Chomsky Pushdown

Published in Computing

There is an ideal among programming language designers that a language should be readily expressed using a declarative notation such has Extended Backus-Naur Form. This form offers many advantages for language developments, as the declarative syntax is easily digested and supported by a variety of toolkits in varying forms. A good example of such a tool kit is SableCC which offers a powerful processing pipeline using a language very heavily based on EBNF and is capable of generating LALR(1) parsers for most context free grammars, or Bison, another popular parser generator tool kit. An important feature of these tools is that they employ a parsing pipeline with distinct stages for lexing and parsing. This allows the generated automata to be much smaller, as each stage of the pipeline has a relatively simple problem to solve: the lexer is responsible only for breaking the text into tokens, while the parser must only create the abstract syntax tree from a limited set of symbols rather than every possible combination of letters in the alphabet. As such two relatively simple finite state automata can work in tandem to produce a powerful parsing pipeline, where either a horrendously complicated automata, or hand-coded parser would be required in order to do the processing in one step.

The Dual-DFA LALR pipeline

This pipeline divides the parsing problem into two distinct steps, lexing and parsing each handled by their own Deterministic Finite-state Automaton (DFA). Lexing is concerned with the tokenisation of the input text stream (or array of characters) into a stream of tokens, such as FUNCTION, myVariableName or "my string". Parsing then uses these tokens as its atomic units to construct the abstract syntax tree. Both the lexing DFA (lexer) and parsing DFA (parser) must be able to produce a unique result for their given input stream which consumes the entire input, and also has no valid alternative.

Dual DFA pipeline

The problem

While this arrangement works extremely well for context-free languages, where a grammar is even the slightest bit context sensitive it introduces ambiguities that prevent a single canonical parse tree being generated a.k.a. a parse table conflict or lexical conflict. But what if a language is not heavily contextual? What if there are only a few features in the language that prevent it from being truly context-free? Can such a language still benefit from the fast and efficient parsing that is offered by these tools? There are some techniques that make it is possible for at least some of these languages to have this lexing-parsing pipeline applied.

The Chomsky hierarchy

The Chomsky hierarchy defines four types of language, each being progressively more constrained:

  • “Turing" language: Models a completely unconstrained language, hence requires hand-coded parser (procedural rules) and potentially unlimited memory to produce a parse result.
  • Context-sensitive language: Models a minimally constrained language, which also requires hand-coded parser rules. In contrast to a Turing language, must be able to run within a predetermined execution space that is a function of input size.
  • Context-free language: Models a language in which declarative production rules define parsing behaviour.
  • Regular language: Allows a single transformation of input to a given output – e.g. regular expressions.

For practical purposes, the distinction between a Turing language and a context-sensitive language is limited, as both require procedural code to process input.

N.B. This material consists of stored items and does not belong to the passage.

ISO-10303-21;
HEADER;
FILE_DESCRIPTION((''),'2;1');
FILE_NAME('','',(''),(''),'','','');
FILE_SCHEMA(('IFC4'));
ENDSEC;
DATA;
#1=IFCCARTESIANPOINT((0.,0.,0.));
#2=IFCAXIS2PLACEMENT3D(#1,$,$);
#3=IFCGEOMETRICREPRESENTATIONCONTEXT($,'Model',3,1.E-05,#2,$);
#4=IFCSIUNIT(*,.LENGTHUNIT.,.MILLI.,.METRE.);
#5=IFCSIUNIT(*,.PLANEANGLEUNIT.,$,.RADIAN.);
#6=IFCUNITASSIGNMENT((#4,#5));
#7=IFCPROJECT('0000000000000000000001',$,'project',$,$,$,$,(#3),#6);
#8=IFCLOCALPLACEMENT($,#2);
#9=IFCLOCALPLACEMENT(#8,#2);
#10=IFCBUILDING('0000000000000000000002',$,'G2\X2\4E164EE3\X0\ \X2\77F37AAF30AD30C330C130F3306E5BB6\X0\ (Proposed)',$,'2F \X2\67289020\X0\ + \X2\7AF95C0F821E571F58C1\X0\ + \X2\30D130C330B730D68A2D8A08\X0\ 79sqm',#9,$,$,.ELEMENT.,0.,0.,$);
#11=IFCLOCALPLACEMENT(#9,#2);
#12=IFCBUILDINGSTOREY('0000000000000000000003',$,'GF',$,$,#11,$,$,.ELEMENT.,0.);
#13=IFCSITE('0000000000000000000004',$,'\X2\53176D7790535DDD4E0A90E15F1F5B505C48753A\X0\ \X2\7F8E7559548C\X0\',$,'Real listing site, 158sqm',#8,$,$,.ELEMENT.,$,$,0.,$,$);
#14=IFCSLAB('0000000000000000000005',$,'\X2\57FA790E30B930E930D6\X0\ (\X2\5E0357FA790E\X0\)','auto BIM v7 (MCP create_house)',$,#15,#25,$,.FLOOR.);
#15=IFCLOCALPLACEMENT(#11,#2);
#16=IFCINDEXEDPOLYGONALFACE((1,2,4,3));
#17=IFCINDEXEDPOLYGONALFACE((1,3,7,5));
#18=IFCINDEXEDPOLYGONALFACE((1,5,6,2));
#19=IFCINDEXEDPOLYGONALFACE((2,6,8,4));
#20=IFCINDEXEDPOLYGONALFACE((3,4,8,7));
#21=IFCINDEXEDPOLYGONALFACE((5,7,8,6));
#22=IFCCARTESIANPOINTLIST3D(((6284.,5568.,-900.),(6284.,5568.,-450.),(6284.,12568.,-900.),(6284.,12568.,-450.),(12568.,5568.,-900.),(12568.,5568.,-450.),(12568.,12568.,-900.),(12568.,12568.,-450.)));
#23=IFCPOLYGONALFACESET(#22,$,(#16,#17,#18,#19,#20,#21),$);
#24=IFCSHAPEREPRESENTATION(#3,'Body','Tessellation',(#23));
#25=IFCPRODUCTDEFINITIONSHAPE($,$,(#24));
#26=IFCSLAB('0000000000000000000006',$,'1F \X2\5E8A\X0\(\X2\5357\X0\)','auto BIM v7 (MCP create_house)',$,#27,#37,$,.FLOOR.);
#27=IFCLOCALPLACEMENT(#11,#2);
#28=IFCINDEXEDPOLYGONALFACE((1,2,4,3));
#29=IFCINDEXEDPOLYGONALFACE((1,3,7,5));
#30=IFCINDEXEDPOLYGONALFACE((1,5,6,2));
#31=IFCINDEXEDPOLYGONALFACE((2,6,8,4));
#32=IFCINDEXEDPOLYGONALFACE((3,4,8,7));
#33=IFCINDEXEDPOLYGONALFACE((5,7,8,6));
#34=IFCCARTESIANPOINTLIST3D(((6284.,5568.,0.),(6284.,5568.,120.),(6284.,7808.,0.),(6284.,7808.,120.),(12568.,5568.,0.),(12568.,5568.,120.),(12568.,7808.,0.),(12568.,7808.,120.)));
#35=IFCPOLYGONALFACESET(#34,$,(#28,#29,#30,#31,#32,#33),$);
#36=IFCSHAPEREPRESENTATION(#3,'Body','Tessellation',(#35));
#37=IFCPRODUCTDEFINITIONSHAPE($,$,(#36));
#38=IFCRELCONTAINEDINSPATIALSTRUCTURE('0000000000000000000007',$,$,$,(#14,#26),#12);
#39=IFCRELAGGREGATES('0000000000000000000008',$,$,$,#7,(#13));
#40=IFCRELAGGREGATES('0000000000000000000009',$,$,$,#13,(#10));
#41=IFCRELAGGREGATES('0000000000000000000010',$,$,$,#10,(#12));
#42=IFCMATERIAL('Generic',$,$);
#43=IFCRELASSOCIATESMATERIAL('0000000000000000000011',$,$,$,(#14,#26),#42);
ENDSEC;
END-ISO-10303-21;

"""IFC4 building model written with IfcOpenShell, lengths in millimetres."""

from ifc_helpers import new_model, si_unit, frame, frame_2d, origin, place, context, project, spatial, rectangle, extrude, material, element, save


model = new_model("IFC4")

# Units and contexts
model_context = context("Model", 3, precision=1e-05, world=origin())
ifc_project = project(units=[si_unit("LENGTHUNIT", "METRE", prefix="MILLI"), si_unit("PLANEANGLEUNIT", "RADIAN")], contexts=[model_context])

# Site, building, storey
site_placement = place(None, origin())
site = spatial("IfcSite", under=ifc_project, at=site_placement, Name="北海道川上郡弟子屈町 美留和", ObjectType="Real listing site, 158sqm", CompositionType="ELEMENT", RefElevation=0.0)
building_placement = place(site_placement, origin())
building = spatial("IfcBuilding", under=site, at=building_placement, Name="G2世代 石窯キッチンの家 (Proposed)", ObjectType="2F 木造 + 竹小舞土壁 + パッシブ設計 79sqm", CompositionType="ELEMENT", ElevationOfRefHeight=0.0, ElevationOfTerrain=0.0)
storey_placement = place(building_placement, origin())
storey = spatial("IfcBuildingStorey", under=building, at=storey_placement, Name="GF", CompositionType="ELEMENT", Elevation=0.0)

# Slabs
ifc_material = material(Name="Generic")
slab_1_placement = place(storey_placement, frame((3142.0, 2784.0, -450.0)))
element("IfcSlab", 1, at=slab_1_placement, inside=storey, material=ifc_material, Name="基礎スラブ (布基礎)", Description="auto BIM v7 (MCP create_house)", PredefinedType="FLOOR", context=model_context, shape_type="SweptSolid", body=[
    extrude(rectangle(XDim=6284.0, YDim=7000.0, at=frame_2d((3142.0, 3500.0))), frame((3142.0, 2784.0, -450.0)), (0.0, 0.0, 1.0), 450.0),
])
slab_2_placement = place(storey_placement, frame((3142.0, 2784.0, 0.0)))
element("IfcSlab", 2, at=slab_2_placement, inside=storey, material=ifc_material, Name="1F 床(南)", Description="auto BIM v7 (MCP create_house)", PredefinedType="FLOOR", context=model_context, shape_type="SweptSolid", body=[
    extrude(rectangle(XDim=6284.0, YDim=2240.0, at=frame_2d((3142.0, 1120.0))), frame((3142.0, 2784.0, 0.0)), (0.0, 0.0, 1.0), 120.0),
])

save(model, "model.ifc")
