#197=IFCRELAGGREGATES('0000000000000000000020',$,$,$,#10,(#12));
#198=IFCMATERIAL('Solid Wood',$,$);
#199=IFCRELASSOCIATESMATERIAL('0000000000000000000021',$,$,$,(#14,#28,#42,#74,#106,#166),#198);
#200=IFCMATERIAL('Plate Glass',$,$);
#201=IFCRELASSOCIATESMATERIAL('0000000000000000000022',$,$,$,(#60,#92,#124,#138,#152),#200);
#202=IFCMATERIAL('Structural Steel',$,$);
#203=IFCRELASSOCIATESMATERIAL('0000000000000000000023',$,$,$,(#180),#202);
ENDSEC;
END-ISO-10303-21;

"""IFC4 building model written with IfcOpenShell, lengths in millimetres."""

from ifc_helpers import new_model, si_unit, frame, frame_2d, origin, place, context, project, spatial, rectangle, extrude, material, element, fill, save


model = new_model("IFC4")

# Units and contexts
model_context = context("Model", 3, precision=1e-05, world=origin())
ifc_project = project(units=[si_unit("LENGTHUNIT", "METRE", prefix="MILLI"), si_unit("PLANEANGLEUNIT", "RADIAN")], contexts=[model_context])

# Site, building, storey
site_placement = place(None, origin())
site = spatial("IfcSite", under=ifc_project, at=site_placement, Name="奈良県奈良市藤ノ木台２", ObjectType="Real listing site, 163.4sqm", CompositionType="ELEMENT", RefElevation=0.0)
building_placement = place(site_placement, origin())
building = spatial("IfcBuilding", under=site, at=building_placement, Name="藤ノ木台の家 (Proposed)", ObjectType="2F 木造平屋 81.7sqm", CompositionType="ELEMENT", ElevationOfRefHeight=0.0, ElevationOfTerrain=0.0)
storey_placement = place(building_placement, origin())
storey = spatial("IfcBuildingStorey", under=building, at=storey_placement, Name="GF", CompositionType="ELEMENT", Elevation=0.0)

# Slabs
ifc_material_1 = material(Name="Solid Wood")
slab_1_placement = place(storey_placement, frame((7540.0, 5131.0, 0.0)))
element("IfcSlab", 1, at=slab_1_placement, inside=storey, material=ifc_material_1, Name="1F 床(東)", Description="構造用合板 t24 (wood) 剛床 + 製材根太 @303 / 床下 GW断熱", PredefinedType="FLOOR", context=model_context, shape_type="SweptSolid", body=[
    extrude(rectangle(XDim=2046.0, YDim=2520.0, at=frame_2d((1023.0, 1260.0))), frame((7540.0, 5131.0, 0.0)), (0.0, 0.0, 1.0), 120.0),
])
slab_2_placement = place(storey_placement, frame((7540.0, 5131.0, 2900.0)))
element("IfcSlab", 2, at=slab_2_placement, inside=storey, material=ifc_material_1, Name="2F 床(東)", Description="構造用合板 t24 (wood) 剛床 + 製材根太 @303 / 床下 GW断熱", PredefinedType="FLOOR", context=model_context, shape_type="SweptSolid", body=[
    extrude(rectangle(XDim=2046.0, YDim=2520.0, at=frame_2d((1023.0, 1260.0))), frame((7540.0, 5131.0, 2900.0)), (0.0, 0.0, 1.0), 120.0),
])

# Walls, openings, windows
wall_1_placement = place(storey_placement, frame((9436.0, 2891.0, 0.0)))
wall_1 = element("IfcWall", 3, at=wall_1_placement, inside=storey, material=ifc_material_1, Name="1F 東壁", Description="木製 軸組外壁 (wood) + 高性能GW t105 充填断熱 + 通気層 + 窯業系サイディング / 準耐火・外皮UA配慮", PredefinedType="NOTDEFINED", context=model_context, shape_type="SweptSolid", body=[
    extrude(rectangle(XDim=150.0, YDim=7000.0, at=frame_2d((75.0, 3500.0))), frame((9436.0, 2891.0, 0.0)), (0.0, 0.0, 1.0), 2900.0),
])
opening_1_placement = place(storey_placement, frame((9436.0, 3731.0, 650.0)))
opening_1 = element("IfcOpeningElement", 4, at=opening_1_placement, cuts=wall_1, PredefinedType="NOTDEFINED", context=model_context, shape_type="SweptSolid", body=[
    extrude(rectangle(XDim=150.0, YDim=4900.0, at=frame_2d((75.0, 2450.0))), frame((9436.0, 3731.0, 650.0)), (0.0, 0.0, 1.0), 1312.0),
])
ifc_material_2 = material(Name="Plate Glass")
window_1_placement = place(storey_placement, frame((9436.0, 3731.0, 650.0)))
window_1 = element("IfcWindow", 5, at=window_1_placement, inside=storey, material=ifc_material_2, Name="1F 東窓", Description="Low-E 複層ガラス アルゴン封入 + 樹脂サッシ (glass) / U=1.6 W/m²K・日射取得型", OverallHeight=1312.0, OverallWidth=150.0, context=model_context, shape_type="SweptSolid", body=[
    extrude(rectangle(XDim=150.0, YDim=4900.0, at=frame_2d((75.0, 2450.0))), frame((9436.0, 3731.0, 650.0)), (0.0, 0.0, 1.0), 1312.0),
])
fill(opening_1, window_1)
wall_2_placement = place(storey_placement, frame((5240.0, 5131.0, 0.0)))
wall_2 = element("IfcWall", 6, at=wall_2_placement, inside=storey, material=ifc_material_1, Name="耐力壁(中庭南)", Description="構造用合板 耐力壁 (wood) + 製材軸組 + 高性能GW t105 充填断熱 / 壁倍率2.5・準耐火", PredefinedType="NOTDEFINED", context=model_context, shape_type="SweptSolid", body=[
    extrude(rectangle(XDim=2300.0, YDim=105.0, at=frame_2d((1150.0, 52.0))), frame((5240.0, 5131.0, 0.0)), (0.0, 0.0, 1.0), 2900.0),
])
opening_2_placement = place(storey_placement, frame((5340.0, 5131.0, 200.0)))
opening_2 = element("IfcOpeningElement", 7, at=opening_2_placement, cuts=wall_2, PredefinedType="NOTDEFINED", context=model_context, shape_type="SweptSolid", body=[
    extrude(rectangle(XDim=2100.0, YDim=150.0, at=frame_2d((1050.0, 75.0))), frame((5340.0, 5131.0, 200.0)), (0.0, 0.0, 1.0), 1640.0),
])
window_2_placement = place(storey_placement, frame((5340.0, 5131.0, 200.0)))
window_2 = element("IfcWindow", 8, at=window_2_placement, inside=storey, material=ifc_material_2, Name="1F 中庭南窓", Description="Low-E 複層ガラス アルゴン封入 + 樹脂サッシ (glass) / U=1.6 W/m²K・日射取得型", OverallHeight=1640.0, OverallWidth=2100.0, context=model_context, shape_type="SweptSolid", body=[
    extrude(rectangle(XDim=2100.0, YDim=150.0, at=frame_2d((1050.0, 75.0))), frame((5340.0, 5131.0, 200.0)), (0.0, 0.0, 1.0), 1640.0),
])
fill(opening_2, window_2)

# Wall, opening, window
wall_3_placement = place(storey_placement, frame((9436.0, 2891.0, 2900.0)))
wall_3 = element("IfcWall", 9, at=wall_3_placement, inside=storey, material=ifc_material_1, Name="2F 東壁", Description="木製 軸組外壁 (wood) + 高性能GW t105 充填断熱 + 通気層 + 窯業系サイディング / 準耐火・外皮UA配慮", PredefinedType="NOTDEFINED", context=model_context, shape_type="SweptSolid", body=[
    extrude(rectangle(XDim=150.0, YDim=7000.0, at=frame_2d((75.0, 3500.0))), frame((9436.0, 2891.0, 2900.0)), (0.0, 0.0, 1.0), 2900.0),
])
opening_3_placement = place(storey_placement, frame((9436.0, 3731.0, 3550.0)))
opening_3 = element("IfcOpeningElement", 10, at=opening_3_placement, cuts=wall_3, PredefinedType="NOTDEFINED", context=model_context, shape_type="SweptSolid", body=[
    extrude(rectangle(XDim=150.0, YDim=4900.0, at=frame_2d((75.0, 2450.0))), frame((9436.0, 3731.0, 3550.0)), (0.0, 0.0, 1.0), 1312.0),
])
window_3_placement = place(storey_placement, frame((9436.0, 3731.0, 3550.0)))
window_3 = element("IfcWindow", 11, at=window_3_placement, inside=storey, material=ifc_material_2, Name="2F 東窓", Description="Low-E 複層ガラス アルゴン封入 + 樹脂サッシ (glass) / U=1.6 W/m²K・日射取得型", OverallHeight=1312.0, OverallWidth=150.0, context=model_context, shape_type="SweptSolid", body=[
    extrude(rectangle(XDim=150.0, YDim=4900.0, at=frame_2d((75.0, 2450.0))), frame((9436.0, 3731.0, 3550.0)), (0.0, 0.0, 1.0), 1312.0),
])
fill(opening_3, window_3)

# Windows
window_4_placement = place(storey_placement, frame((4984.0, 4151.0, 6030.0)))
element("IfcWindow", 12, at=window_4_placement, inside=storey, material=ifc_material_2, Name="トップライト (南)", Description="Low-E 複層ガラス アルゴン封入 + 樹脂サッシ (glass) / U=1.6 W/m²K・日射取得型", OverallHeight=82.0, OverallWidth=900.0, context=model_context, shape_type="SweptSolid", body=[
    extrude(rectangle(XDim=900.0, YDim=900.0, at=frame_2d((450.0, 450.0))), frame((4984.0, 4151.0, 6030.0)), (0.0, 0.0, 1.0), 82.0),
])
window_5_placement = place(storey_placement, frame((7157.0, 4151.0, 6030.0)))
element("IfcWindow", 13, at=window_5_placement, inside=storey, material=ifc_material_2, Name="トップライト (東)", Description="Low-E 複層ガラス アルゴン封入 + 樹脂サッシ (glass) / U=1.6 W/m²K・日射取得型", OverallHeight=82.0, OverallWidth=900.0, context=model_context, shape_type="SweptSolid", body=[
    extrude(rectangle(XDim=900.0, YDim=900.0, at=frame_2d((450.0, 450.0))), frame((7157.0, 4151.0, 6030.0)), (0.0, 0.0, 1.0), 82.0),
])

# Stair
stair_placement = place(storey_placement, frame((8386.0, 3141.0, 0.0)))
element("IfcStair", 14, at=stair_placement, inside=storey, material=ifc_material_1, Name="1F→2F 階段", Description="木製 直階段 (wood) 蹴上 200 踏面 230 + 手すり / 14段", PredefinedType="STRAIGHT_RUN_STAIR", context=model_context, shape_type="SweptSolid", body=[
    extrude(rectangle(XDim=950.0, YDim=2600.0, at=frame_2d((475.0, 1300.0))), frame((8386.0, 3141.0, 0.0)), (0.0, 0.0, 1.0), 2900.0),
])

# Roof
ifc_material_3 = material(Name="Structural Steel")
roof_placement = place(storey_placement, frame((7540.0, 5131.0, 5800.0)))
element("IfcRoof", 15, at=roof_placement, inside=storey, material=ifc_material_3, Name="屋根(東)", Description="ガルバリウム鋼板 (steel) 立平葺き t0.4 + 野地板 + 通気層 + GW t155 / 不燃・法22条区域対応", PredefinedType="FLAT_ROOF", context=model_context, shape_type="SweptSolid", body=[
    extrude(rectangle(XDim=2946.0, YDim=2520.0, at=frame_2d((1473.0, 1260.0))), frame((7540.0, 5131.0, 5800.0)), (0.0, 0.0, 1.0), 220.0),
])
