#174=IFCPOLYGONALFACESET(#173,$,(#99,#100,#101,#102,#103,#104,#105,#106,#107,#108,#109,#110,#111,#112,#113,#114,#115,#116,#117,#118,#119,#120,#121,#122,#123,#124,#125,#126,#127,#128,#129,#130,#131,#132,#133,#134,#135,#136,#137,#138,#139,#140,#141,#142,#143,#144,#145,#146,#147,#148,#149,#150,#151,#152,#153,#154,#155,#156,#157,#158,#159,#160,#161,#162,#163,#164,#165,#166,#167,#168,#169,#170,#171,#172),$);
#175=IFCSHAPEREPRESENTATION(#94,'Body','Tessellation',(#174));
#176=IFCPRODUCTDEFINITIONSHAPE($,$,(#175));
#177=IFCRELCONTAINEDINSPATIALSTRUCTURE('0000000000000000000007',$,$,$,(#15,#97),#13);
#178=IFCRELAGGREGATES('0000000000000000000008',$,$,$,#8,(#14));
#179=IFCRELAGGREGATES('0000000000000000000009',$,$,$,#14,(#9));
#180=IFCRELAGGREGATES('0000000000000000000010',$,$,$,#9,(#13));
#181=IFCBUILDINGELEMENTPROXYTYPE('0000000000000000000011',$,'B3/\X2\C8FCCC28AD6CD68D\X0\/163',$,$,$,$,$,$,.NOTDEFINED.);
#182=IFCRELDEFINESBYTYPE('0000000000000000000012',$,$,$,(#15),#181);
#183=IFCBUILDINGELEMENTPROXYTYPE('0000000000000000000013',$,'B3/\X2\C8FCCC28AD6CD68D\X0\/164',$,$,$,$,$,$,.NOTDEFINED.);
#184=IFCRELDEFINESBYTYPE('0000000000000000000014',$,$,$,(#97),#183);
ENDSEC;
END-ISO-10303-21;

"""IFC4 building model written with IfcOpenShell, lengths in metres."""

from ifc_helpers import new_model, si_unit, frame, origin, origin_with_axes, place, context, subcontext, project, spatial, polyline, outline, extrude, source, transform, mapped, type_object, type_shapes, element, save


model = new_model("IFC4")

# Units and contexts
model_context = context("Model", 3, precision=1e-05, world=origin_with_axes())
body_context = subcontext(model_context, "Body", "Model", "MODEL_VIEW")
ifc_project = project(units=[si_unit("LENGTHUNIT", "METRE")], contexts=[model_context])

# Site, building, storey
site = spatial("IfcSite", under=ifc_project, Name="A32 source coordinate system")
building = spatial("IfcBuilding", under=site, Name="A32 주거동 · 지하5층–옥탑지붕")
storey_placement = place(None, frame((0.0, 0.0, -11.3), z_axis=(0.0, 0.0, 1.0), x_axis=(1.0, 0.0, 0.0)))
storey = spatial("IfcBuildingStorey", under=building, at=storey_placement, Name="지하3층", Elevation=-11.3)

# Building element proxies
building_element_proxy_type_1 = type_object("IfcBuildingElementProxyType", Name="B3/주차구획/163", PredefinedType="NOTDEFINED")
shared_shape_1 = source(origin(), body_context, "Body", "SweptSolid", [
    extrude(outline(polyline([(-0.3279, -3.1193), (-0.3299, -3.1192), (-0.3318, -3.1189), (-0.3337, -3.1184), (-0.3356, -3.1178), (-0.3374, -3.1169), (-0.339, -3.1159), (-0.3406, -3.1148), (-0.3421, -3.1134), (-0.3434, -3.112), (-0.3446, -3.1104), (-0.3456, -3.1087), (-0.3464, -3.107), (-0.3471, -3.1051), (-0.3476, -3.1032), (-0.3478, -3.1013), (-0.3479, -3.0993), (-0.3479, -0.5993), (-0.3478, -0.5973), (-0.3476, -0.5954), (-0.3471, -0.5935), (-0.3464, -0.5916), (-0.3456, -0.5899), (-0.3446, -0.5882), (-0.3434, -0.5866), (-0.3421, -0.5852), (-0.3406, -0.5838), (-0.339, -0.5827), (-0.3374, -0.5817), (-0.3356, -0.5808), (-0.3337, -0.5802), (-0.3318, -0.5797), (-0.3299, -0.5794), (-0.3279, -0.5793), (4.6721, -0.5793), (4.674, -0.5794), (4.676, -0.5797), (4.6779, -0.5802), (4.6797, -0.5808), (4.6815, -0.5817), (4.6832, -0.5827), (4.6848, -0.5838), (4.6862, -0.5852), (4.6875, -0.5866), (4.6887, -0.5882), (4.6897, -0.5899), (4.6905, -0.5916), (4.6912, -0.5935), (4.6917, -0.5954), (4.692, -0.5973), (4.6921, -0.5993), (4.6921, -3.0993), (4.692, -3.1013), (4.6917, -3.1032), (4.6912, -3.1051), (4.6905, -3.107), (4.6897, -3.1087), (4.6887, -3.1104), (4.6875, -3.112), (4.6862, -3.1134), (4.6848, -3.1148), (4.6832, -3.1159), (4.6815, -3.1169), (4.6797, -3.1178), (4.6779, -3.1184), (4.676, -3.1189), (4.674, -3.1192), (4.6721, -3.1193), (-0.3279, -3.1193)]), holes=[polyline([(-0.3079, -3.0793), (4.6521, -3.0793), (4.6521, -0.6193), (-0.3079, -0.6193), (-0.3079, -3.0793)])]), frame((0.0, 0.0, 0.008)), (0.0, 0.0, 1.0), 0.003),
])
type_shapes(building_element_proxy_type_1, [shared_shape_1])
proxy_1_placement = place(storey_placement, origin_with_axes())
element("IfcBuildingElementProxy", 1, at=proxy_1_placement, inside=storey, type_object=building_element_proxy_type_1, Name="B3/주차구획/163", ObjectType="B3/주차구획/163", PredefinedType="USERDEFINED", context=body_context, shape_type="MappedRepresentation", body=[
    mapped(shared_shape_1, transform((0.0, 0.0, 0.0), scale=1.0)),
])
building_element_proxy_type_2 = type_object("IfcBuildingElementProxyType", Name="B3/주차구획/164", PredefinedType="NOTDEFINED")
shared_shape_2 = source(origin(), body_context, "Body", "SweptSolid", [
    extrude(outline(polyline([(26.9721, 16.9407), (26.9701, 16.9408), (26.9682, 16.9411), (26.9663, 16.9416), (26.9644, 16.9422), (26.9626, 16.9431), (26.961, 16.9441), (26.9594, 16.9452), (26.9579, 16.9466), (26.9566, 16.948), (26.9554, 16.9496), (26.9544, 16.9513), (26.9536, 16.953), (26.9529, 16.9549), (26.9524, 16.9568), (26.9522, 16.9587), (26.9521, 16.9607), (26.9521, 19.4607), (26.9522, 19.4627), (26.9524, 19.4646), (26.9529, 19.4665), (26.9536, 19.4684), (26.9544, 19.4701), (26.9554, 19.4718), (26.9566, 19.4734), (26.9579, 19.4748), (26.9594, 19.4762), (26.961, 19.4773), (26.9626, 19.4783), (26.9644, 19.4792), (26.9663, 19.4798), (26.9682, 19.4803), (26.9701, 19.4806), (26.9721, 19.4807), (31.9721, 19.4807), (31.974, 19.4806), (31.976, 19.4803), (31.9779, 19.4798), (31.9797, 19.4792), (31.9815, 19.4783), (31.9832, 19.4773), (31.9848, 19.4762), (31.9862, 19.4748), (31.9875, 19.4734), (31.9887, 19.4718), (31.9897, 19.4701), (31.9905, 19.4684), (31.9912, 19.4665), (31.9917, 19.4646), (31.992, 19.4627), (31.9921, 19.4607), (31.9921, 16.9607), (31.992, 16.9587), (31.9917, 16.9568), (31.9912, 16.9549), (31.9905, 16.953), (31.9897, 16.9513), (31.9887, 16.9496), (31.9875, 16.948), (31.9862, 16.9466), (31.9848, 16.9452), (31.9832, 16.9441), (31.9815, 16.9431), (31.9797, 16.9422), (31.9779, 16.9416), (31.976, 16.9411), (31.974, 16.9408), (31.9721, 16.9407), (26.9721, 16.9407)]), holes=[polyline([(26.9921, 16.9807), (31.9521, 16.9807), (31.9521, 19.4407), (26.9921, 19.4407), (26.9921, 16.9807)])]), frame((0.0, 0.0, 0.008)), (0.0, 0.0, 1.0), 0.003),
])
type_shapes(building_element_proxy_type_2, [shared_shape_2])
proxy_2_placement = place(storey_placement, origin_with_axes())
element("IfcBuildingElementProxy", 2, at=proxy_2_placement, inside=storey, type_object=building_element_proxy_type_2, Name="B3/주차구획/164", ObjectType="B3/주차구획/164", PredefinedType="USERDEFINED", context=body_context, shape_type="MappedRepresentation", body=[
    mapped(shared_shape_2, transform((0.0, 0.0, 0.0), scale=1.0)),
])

The more important distinction comes between the first two types, and the latter two: context-free languages and regular languages can be described using declarative syntax, and be readily processed using automata built to a predetermined pattern. This is why it is important when a particular language can be coerced into being context-free, when it is not quite context-free to start with.

Case in point

The case in point for me is a language derived from Basic that was originally designed to be used in an interpreter, and is traditionally backed by a monolithic Turing parser. This language has a few features that make straightforward parsing difficult. First a form of contextual structure definition and inclusion that looks completely identical in some scenarios and thus can only be reliably distinguished by already knowing whether the structure has been declared. The second is a peculiar form of text literal declaration that would be more familiar in a polyglot language such as HTML, where a combination of words that individually have different meanings elsewhere in the syntax are used to distinguish the start and end of the text block.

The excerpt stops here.